I have noticed two stark strands in Hindu attitude towards Jews and Israel. Jews and Israel find overwhelming and very vocal support from the Hindus across the world, especially on social media. A small minority may make misguided and damaging statements like the one Ms. Doniger claimed to have been subject to.
As an active member of social media, I've keenly looked out for Jewish attitude towards the Hindus, especially given how supportive Hindus are of Israel and Jews in general. And although observation of social media posts is hardly a scientific survey, for what it's worth, my impression is that unlike the Hindus who support Jews and Israel in an overwhelming majority, Jews are very focussed, obsessed with preservation of the Israeli state and the Jewish nation. Correctly so. After all, they are in a tough neighbourhood and have formidable enemies.
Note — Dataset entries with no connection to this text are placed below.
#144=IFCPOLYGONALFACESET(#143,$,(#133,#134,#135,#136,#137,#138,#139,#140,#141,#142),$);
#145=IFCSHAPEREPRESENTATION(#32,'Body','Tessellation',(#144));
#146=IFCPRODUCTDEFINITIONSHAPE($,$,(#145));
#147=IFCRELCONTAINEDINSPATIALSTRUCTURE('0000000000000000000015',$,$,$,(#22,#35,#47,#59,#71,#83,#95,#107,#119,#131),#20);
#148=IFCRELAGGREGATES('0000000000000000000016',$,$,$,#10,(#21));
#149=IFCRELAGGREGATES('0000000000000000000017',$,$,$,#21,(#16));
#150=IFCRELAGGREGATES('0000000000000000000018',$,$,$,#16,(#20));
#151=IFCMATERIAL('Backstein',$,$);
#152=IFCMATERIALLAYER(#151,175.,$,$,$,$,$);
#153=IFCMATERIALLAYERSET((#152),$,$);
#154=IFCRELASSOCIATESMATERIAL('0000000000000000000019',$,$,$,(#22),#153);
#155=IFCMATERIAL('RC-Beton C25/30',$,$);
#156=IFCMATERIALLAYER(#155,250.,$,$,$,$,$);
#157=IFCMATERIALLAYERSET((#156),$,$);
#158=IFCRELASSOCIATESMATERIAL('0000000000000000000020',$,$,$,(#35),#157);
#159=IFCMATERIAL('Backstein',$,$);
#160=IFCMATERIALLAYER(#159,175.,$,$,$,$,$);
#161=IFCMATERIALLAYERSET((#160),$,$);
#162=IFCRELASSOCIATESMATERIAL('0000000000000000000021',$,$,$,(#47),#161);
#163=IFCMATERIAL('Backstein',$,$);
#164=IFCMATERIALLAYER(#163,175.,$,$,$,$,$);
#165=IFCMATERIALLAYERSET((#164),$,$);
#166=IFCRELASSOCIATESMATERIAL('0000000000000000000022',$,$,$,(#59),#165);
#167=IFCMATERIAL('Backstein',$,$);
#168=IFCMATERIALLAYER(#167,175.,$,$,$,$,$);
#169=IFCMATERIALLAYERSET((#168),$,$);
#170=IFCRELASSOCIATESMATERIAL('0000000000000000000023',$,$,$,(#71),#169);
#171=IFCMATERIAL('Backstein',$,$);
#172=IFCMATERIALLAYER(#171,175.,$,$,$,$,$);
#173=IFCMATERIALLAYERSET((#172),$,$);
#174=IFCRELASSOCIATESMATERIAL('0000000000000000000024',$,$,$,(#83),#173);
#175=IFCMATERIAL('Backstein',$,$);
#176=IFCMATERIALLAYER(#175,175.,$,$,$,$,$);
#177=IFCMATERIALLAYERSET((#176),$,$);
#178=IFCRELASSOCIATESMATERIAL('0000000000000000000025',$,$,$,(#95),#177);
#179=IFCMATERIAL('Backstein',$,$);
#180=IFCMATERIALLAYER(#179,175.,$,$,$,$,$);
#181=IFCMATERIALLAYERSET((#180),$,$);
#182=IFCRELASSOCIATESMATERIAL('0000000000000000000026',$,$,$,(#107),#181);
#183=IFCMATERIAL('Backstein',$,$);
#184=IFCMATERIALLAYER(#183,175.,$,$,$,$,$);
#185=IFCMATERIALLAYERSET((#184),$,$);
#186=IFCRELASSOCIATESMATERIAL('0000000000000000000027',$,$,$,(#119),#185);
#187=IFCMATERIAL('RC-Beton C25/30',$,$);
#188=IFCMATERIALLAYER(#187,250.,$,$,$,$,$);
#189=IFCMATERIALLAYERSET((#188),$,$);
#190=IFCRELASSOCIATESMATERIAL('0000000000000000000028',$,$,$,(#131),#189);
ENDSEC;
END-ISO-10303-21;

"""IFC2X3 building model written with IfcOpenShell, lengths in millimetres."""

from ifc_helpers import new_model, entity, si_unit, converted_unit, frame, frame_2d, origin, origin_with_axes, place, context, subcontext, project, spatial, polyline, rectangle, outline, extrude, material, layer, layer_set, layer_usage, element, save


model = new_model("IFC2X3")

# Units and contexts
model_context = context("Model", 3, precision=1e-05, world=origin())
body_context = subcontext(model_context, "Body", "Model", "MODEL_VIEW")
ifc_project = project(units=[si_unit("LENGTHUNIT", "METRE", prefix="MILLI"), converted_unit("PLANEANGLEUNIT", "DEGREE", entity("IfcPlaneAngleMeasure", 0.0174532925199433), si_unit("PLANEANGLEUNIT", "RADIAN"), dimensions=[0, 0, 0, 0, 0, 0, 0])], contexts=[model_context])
What I do feel, however, is that while the diplomatic efforts at the government and individual level - Swami Dayanand's effort which you've often referred to - are very welcome, Hindus must get smarter in dispensing their goodwill vocally and publicly. After all, they hardly get anything in return from the Jews on social media by way of reciprocity. So, they must get a little careful how far they want to go supporting a community that's hardly bothered, at least on the social media, about the issues that are of Hindu concern. It doesn't mean a change of heart, or a departure from a principled stand. Just a strategy that's smarter.